The table of contents as it now stands, to show the order in which I want to discuss things, followed by a Goals preliminary chapter.

Table of Contents

  • The Goal: Filtering Out the High-Level Nonsense
  • Taming the Beast
  • Preliminaries
  • Chapter 1: What Is This Science Thing, Anyway? A Note on Studies Some Studies to Ponder
  • Chapter 2: Why Should You Care About Science Claims?
  • Chapter 3: The Toolkit Outlined
  • Chapter 4: Appeals to ‘Scientific Consensus’
  • Chapter 5: ‘Believe’ the Science
  • Chapter 6: ‘Trust’ the Scientists
  • Chapter 7: The ‘Science is Settled’
  • Chapter 8: You Are Commanded to Have and Defend a Position as ‘Scientific’
  • Chapter 9: Science Dictates Policy
  • Chapter 10: Thoughts, Feelings, and Other Non-Physical Objects
  • Chapter 11: Model Output Presented as Evidence
  • Chapter 12: Some More Technical Considerations (If You’re Up For It)
  • Who Is This Guy, Who Thinks He Can Tell Me All About Science? About the Author

The Goal: Filtering Out the High-Level Nonsense

Let me break it to you up front: you’re not going to learn all about science from one 200 or so page book. But you might learn how not to get snowed by obvious nonsense masquerading as science. That’s all we’re trying to do here. These days, being able to tell the difference between science and hokum is becoming a more and more important skill. Don’t be a gullible rabbit. Think for yourself.
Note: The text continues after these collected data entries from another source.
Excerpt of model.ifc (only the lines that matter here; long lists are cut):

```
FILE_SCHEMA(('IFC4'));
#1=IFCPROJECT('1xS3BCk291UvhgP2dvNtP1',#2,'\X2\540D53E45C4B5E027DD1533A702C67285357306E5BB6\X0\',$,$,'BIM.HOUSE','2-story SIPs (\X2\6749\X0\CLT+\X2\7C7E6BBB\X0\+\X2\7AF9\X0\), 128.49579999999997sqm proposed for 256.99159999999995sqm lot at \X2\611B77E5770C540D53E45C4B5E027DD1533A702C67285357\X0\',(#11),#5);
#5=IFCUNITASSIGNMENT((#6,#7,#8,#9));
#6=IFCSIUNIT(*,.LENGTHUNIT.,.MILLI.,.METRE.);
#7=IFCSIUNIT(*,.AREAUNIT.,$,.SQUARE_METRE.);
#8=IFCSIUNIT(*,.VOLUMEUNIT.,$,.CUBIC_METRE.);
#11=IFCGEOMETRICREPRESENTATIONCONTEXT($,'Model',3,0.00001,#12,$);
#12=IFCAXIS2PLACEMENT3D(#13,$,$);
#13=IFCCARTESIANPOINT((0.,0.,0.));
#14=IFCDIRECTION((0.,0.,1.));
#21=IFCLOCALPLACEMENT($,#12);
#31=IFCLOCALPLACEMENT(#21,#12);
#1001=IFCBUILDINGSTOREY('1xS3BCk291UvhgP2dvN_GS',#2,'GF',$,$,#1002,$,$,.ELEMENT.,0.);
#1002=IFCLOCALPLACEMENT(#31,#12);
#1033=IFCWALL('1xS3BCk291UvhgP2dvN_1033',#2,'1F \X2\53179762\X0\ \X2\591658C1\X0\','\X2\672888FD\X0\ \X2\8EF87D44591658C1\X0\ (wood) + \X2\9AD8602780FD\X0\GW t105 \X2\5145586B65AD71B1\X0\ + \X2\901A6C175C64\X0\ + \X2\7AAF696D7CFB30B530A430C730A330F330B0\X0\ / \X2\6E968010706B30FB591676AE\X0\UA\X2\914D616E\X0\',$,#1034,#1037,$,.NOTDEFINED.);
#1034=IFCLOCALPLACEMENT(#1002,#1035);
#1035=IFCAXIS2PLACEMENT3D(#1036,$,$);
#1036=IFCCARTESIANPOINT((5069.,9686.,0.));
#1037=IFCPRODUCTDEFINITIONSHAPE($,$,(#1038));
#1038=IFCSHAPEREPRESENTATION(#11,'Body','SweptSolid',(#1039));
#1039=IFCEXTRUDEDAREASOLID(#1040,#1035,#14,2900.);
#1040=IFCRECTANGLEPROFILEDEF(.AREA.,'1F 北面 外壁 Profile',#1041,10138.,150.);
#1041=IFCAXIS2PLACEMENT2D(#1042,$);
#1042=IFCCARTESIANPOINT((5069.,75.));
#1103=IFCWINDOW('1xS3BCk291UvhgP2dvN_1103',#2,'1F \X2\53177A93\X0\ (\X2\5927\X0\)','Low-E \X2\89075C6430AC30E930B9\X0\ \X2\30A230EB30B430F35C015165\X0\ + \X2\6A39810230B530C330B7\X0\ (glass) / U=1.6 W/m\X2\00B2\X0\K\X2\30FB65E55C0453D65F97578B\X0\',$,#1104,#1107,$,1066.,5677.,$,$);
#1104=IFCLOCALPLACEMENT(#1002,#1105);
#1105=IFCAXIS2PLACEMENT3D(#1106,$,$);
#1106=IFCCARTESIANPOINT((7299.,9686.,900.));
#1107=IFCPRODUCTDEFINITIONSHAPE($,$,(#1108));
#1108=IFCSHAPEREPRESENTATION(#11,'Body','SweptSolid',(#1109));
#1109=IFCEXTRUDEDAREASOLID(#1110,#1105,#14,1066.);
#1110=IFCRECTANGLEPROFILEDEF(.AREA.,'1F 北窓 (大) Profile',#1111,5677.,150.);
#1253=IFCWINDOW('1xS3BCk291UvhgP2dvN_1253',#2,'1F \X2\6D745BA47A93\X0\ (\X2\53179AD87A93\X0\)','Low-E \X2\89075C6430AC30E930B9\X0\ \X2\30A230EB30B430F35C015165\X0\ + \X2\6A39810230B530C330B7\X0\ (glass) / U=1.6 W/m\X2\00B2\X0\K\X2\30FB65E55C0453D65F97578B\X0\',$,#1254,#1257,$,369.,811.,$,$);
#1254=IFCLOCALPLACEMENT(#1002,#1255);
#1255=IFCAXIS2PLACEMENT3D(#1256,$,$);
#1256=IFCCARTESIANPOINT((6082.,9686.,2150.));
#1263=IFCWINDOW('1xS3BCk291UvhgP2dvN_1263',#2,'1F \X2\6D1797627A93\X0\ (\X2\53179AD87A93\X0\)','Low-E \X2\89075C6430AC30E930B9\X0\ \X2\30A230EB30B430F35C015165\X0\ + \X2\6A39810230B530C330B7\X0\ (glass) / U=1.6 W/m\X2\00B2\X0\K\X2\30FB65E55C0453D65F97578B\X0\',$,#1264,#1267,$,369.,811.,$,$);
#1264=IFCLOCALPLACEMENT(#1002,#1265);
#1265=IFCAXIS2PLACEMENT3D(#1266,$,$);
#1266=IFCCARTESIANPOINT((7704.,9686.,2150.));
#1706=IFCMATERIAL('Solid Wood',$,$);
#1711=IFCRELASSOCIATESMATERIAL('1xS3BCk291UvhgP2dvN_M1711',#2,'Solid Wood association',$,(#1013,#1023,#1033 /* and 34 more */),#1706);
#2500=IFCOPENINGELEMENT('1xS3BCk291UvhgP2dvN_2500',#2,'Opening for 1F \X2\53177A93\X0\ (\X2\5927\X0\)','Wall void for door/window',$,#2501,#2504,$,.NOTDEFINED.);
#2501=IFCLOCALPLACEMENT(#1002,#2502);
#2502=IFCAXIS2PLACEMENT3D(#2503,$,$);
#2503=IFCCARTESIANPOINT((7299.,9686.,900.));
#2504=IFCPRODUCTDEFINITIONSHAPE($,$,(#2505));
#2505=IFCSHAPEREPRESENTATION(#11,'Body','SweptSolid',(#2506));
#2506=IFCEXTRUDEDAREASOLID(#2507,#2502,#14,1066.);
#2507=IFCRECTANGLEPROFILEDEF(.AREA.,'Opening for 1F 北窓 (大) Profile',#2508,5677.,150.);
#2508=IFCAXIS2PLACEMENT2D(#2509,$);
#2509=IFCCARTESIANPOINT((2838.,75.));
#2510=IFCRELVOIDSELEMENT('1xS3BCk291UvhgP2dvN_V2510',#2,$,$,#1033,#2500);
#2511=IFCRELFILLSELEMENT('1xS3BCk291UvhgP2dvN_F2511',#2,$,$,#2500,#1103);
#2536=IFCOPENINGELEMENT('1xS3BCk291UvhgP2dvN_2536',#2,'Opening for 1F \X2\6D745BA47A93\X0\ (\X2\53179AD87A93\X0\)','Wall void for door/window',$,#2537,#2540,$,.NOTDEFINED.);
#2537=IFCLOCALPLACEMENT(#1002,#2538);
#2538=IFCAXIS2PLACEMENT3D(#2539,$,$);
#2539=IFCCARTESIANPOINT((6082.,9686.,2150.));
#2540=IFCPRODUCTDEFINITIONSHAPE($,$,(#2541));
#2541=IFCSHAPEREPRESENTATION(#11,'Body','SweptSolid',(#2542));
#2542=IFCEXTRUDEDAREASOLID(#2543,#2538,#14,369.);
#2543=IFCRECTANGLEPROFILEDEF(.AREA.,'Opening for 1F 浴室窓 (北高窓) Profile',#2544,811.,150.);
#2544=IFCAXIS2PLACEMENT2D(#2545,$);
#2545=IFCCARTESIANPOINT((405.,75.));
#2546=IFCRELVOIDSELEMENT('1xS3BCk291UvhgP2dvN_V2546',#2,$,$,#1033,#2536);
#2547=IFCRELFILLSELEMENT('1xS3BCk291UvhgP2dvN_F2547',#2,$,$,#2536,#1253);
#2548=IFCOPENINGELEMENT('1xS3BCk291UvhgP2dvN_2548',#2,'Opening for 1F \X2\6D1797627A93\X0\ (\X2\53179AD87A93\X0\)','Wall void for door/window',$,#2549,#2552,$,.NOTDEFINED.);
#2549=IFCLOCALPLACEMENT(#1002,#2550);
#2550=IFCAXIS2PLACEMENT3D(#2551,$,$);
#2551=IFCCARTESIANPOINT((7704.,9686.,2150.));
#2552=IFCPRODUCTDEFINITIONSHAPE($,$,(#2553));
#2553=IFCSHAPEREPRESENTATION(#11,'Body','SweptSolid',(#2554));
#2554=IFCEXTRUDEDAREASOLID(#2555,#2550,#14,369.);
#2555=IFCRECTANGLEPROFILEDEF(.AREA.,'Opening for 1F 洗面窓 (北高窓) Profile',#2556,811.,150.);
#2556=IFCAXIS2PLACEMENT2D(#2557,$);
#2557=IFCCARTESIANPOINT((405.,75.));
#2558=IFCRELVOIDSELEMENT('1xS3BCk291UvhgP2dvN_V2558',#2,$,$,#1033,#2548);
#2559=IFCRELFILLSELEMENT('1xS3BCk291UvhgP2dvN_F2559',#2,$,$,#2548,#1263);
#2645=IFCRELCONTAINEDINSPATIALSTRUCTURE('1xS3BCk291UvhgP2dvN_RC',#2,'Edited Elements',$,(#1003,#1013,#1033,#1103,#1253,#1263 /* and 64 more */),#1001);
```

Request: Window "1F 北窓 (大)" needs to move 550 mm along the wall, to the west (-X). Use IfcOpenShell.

```python
import ifcopenshell
import ifcopenshell.api.geometry
import ifcopenshell.util.placement

model = ifcopenshell.open("model.ifc")

window = model.by_guid("1xS3BCk291UvhgP2dvN_1103")
opening = window.FillsVoids[0].RelatingOpeningElement
wall = opening.VoidsElements[0].RelatingBuildingElement

wall_matrix = ifcopenshell.util.placement.get_local_placement(wall.ObjectPlacement)
shift = wall_matrix[:3, 0] * -550.0
before = ifcopenshell.util.placement.get_local_placement(window.ObjectPlacement)[:3, 3].copy()

# The window is not placed relative to its opening, so move both.
for product in (opening, window):
    matrix = ifcopenshell.util.placement.get_local_placement(product.ObjectPlacement)
    matrix[:3, 3] += shift
    ifcopenshell.api.geometry.edit_object_placement(model, product=product, matrix=matrix, is_si=False)

after = ifcopenshell.util.placement.get_local_placement(window.ObjectPlacement)[:3, 3]
print("window moved by", (after - before).round(3) + 0.0)

model.write("model_edited.ifc")
```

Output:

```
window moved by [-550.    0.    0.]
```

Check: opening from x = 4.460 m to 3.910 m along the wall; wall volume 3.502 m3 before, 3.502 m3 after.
I’m a layman when it comes to science, and wrote this book for other laymen. You’ll need to go to the experts, and put in the years of work, if you want to know the details of any particular scientific field. Here, we’re only hoping to pass along enough understanding of what science looks like so that you can perform a sniff test on claims that ‘the science’ demands you do or believe something.

I’m here to tell you that those details, as beautiful and thrilling as they often are, are not the problem. Rarely does anyone try to snow us using the actual details of any scientific field. That’s too much work. Rather, the con men and quacks want you to believe them because they speak for science and you’re a smart little rabbit, and you know that you must do whatever science tells you to do, or you’re a bad person. This works, when it does, partly because science – actually, it’s technology, but we’ll get back to that – has delivered to us peons so many life-enhancing and life-saving tools, not to mention all the cool gadgets. iPhones are cool; it takes science to make iPhones; therefore, science is cool! Every snake-oil salesman wants you to think he’s all aglow with the beneficent aura of SCIENCE when he tries to compel us to buy what he’s selling. It behooves us all to be able to spot the snake oil, even, especially, when the dude selling it is wearing a lab coat.

But mostly, these manipulative and abusive claims made in the name of science get accepted because we humans are naturally more interested in our good standing with our tribe than with some abstraction like ‘the truth’ or ‘the evidence.’ We will tend to believe, and think it evil not to believe, whatever everybody else in our tribe believes.

If I am able to make you instantly suspicious of any claims that ‘science has shown’ this or that thing to be true, with the implied threat that you will be a stupid, if not evil, person if you don’t go along, this book will have achieved its goal. Shaming and threatening is not how science works. That’s how fraud, manipulation, and propaganda work.